Extracted data entries:
+---+
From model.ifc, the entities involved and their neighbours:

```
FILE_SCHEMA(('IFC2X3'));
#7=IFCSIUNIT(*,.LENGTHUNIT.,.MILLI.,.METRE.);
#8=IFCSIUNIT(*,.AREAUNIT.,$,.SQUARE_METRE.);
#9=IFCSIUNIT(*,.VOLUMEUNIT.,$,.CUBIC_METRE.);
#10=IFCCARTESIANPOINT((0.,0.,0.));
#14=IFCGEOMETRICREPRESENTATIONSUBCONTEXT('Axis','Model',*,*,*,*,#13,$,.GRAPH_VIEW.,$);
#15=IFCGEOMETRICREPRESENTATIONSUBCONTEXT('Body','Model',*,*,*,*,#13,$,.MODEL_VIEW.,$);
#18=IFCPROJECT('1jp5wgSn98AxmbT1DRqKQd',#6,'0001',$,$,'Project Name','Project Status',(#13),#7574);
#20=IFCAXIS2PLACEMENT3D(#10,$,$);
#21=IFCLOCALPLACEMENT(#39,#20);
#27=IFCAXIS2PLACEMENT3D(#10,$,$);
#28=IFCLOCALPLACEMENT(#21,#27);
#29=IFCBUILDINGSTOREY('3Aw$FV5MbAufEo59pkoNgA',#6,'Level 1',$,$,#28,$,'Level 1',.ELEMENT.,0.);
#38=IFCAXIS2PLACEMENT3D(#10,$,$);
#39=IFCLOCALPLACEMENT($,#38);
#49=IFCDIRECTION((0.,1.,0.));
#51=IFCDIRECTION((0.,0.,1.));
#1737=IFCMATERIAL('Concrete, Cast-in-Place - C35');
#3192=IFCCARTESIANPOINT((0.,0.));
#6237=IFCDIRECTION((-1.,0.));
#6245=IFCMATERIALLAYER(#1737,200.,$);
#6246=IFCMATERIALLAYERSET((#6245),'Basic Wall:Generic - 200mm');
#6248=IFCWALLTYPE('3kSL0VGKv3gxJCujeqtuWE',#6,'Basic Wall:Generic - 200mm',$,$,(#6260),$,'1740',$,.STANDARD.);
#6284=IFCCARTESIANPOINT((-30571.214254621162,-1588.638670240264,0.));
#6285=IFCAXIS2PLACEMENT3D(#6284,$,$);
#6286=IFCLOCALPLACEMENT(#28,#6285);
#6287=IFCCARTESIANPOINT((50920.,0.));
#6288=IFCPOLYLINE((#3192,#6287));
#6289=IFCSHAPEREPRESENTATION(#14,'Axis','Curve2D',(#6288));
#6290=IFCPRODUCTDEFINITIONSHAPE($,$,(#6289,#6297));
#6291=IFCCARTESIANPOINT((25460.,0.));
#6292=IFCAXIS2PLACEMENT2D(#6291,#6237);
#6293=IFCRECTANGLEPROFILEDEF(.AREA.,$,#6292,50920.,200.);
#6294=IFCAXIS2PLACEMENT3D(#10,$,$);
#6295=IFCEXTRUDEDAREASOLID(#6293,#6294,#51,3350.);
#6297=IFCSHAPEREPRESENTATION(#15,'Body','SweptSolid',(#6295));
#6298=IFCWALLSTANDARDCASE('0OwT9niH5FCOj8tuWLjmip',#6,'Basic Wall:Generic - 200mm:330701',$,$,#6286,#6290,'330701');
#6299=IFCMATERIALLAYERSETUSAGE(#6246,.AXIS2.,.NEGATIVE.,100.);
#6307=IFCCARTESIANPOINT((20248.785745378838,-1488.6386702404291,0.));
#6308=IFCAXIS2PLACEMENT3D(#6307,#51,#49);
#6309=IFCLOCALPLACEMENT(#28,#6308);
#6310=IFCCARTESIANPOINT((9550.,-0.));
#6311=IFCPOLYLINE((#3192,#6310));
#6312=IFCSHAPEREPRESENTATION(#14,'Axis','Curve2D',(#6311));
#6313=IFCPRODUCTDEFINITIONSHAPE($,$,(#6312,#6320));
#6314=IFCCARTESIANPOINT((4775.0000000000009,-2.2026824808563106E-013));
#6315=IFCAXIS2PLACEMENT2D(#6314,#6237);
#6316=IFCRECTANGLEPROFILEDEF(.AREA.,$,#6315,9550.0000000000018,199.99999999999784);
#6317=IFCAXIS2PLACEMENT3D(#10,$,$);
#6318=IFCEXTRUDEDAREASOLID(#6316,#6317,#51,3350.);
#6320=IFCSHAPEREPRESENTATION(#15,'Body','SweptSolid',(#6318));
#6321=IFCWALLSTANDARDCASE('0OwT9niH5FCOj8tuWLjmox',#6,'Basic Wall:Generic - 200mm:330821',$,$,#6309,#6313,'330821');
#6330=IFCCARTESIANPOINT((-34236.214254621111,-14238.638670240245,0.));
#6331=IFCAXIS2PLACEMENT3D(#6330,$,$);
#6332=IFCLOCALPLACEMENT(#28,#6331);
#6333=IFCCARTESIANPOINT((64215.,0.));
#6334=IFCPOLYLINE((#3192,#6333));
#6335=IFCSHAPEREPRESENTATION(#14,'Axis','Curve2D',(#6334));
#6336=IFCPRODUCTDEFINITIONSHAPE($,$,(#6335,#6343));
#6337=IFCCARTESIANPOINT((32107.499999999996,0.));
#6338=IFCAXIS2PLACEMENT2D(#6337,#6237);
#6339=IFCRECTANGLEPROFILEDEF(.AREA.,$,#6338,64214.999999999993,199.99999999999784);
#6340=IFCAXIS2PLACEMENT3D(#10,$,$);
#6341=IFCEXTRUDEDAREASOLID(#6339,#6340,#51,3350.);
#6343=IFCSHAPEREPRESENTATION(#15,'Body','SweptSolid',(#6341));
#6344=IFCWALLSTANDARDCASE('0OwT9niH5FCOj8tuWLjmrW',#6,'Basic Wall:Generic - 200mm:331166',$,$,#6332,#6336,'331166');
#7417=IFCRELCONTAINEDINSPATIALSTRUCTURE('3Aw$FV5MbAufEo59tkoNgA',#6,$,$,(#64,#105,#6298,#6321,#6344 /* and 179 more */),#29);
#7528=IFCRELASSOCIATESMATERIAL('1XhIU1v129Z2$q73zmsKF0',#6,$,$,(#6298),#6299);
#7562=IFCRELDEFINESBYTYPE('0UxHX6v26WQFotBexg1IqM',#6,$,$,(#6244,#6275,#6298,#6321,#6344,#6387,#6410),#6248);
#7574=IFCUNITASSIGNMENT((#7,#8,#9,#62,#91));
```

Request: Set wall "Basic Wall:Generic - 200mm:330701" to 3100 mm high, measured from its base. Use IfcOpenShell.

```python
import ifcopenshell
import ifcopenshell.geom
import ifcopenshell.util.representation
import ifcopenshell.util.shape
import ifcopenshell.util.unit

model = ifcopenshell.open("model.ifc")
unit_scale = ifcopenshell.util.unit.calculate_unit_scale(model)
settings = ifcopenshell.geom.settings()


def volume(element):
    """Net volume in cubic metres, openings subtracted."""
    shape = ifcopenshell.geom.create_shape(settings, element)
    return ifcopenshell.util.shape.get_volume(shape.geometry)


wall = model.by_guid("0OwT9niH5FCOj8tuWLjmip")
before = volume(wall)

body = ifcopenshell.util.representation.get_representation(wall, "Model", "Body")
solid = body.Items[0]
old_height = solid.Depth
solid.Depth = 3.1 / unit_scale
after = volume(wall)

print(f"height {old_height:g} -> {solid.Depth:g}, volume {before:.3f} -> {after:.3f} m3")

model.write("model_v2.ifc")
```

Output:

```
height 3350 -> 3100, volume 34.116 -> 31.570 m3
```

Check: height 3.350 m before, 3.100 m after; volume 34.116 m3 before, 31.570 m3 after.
+---+
Would you be able to transcribe every line of the data exactly?

#### Solution for this task:
From model.ifc, the entities involved and their neighbours:

```
FILE_SCHEMA(('IFC2X3'));
#7=IFCSIUNIT(*,.LENGTHUNIT.,.MILLI.,.METRE.);
#8=IFCSIUNIT(*,.AREAUNIT.,$,.SQUARE_METRE.);
#9=IFCSIUNIT(*,.VOLUMEUNIT.,$,.CUBIC_METRE.);
#10=IFCCARTESIANPOINT((0.,0.,0.));
#14=IFCGEOMETRICREPRESENTATIONSUBCONTEXT('Axis','Model',*,*,*,*,#13,$,.GRAPH_VIEW.,$);
#15=IFCGEOMETRICREPRESENTATIONSUBCONTEXT('Body','Model',*,*,*,*,#13,$,.MODEL_VIEW.,$);
#18=IFCPROJECT('1jp5wgSn98AxmbT1DRqKQd',#6,'0001',$,$,'Project Name','Project Status',(#13),#7574);
#20=IFCAXIS2PLACEMENT3D(#10,$,$);
#21=IFCLOCALPLACEMENT(#39,#20);
#27=IFCAXIS2PLACEMENT3D(#10,$,$);
#28=IFCLOCALPLACEMENT(#21,#27);
#29=IFCBUILDINGSTOREY('3Aw$FV5MbAufEo59pkoNgA',#6,'Level 1',$,$,#28,$,'Level 1',.ELEMENT.,0.);
#38=IFCAXIS2PLACEMENT3D(#10,$,$);
#39=IFCLOCALPLACEMENT($,#38);
#49=IFCDIRECTION((0.,1.,0.));
#51=IFCDIRECTION((0.,0.,1.));
#1737=IFCMATERIAL('Concrete, Cast-in-Place - C35');
#3192=IFCCARTESIANPOINT((0.,0.));
#6237=IFCDIRECTION((-1.,0.));
#6245=IFCMATERIALLAYER(#1737,200.,$);
#6246=IFCMATERIALLAYERSET((#6245),'Basic Wall:Generic - 200mm');
#6248=IFCWALLTYPE('3kSL0VGKv3gxJCujeqtuWE',#6,'Basic Wall:Generic - 200mm',$,$,(#6260),$,'1740',$,.STANDARD.);
#6284=IFCCARTESIANPOINT((-30571.214254621162,-1588.638670240264,0.));
#6285=IFCAXIS2PLACEMENT3D(#6284,$,$);
#6286=IFCLOCALPLACEMENT(#28,#6285);
#6287=IFCCARTESIANPOINT((50920.,0.));
#6288=IFCPOLYLINE((#3192,#6287));
#6289=IFCSHAPEREPRESENTATION(#14,'Axis','Curve2D',(#6288));
#6290=IFCPRODUCTDEFINITIONSHAPE($,$,(#6289,#6297));
#6291=IFCCARTESIANPOINT((25460.,0.));
#6292=IFCAXIS2PLACEMENT2D(#6291,#6237);
#6293=IFCRECTANGLEPROFILEDEF(.AREA.,$,#6292,50920.,200.);
#6294=IFCAXIS2PLACEMENT3D(#10,$,$);
#6295=IFCEXTRUDEDAREASOLID(#6293,#6294,#51,3350.);
#6297=IFCSHAPEREPRESENTATION(#15,'Body','SweptSolid',(#6295));
#6298=IFCWALLSTANDARDCASE('0OwT9niH5FCOj8tuWLjmip',#6,'Basic Wall:Generic - 200mm:330701',$,$,#6286,#6290,'330701');
#6299=IFCMATERIALLAYERSETUSAGE(#6246,.AXIS2.,.NEGATIVE.,100.);
#6307=IFCCARTESIANPOINT((20248.785745378838,-1488.6386702404291,0.));
#6308=IFCAXIS2PLACEMENT3D(#6307,#51,#49);
#6309=IFCLOCALPLACEMENT(#28,#6308);
#6310=IFCCARTESIANPOINT((9550.,-0.));
#6311=IFCPOLYLINE((#3192,#6310));
#6312=IFCSHAPEREPRESENTATION(#14,'Axis','Curve2D',(#6311));
#6313=IFCPRODUCTDEFINITIONSHAPE($,$,(#6312,#6320));
#6314=IFCCARTESIANPOINT((4775.0000000000009,-2.2026824808563106E-013));
#6315=IFCAXIS2PLACEMENT2D(#6314,#6237);
#6316=IFCRECTANGLEPROFILEDEF(.AREA.,$,#6315,9550.0000000000018,199.99999999999784);
#6317=IFCAXIS2PLACEMENT3D(#10,$,$);
#6318=IFCEXTRUDEDAREASOLID(#6316,#6317,#51,3350.);
#6320=IFCSHAPEREPRESENTATION(#15,'Body','SweptSolid',(#6318));
#6321=IFCWALLSTANDARDCASE('0OwT9niH5FCOj8tuWLjmox',#6,'Basic Wall:Generic - 200mm:330821',$,$,#6309,#6313,'330821');
#6330=IFCCARTESIANPOINT((-34236.214254621111,-14238.638670240245,0.));
#6331=IFCAXIS2PLACEMENT3D(#6330,$,$);
#6332=IFCLOCALPLACEMENT(#28,#6331);
#6333=IFCCARTESIANPOINT((64215.,0.));
#6334=IFCPOLYLINE((#3192,#6333));
#6335=IFCSHAPEREPRESENTATION(#14,'Axis','Curve2D',(#6334));
#6336=IFCPRODUCTDEFINITIONSHAPE($,$,(#6335,#6343));
#6337=IFCCARTESIANPOINT((32107.499999999996,0.));
#6338=IFCAXIS2PLACEMENT2D(#6337,#6237);
#6339=IFCRECTANGLEPROFILEDEF(.AREA.,$,#6338,64214.999999999993,199.99999999999784);
#6340=IFCAXIS2PLACEMENT3D(#10,$,$);
#6341=IFCEXTRUDEDAREASOLID(#6339,#6340,#51,3350.);
#6343=IFCSHAPEREPRESENTATION(#15,'Body','SweptSolid',(#6341));
#6344=IFCWALLSTANDARDCASE('0OwT9niH5FCOj8tuWLjmrW',#6,'Basic Wall:Generic - 200mm:331166',$,$,#6332,#6336,'331166');
#7417=IFCRELCONTAINEDINSPATIALSTRUCTURE('3Aw$FV5MbAufEo59tkoNgA',#6,$,$,(#64,#105,#6298,#6321,#6344 /* and 179 more */),#29);
#7528=IFCRELASSOCIATESMATERIAL('1XhIU1v129Z2$q73zmsKF0',#6,$,$,(#6298),#6299);
#7562=IFCRELDEFINESBYTYPE('0UxHX6v26WQFotBexg1IqM',#6,$,$,(#6244,#6275,#6298,#6321,#6344,#6387,#6410),#6248);
#7574=IFCUNITASSIGNMENT((#7,#8,#9,#62,#91));
```

Request: Set wall "Basic Wall:Generic - 200mm:330701" to 3100 mm high, measured from its base. Use IfcOpenShell.

```python
import ifcopenshell
import ifcopenshell.geom
import ifcopenshell.util.representation
import ifcopenshell.util.shape
import ifcopenshell.util.unit

model = ifcopenshell.open("model.ifc")
unit_scale = ifcopenshell.util.unit.calculate_unit_scale(model)
settings = ifcopenshell.geom.settings()


def volume(element):
    """Net volume in cubic metres, openings subtracted."""
    shape = ifcopenshell.geom.create_shape(settings, element)
    return ifcopenshell.util.shape.get_volume(shape.geometry)


wall = model.by_guid("0OwT9niH5FCOj8tuWLjmip")
before = volume(wall)

body = ifcopenshell.util.representation.get_representation(wall, "Model", "Body")
solid = body.Items[0]
old_height = solid.Depth
solid.Depth = 3.1 / unit_scale
after = volume(wall)

print(f"height {old_height:g} -> {solid.Depth:g}, volume {before:.3f} -> {after:.3f} m3")

model.write("model_v2.ifc")
```

Output:

```
height 3350 -> 3100, volume 34.116 -> 31.570 m3
```

Check: height 3.350 m before, 3.100 m after; volume 34.116 m3 before, 31.570 m3 after.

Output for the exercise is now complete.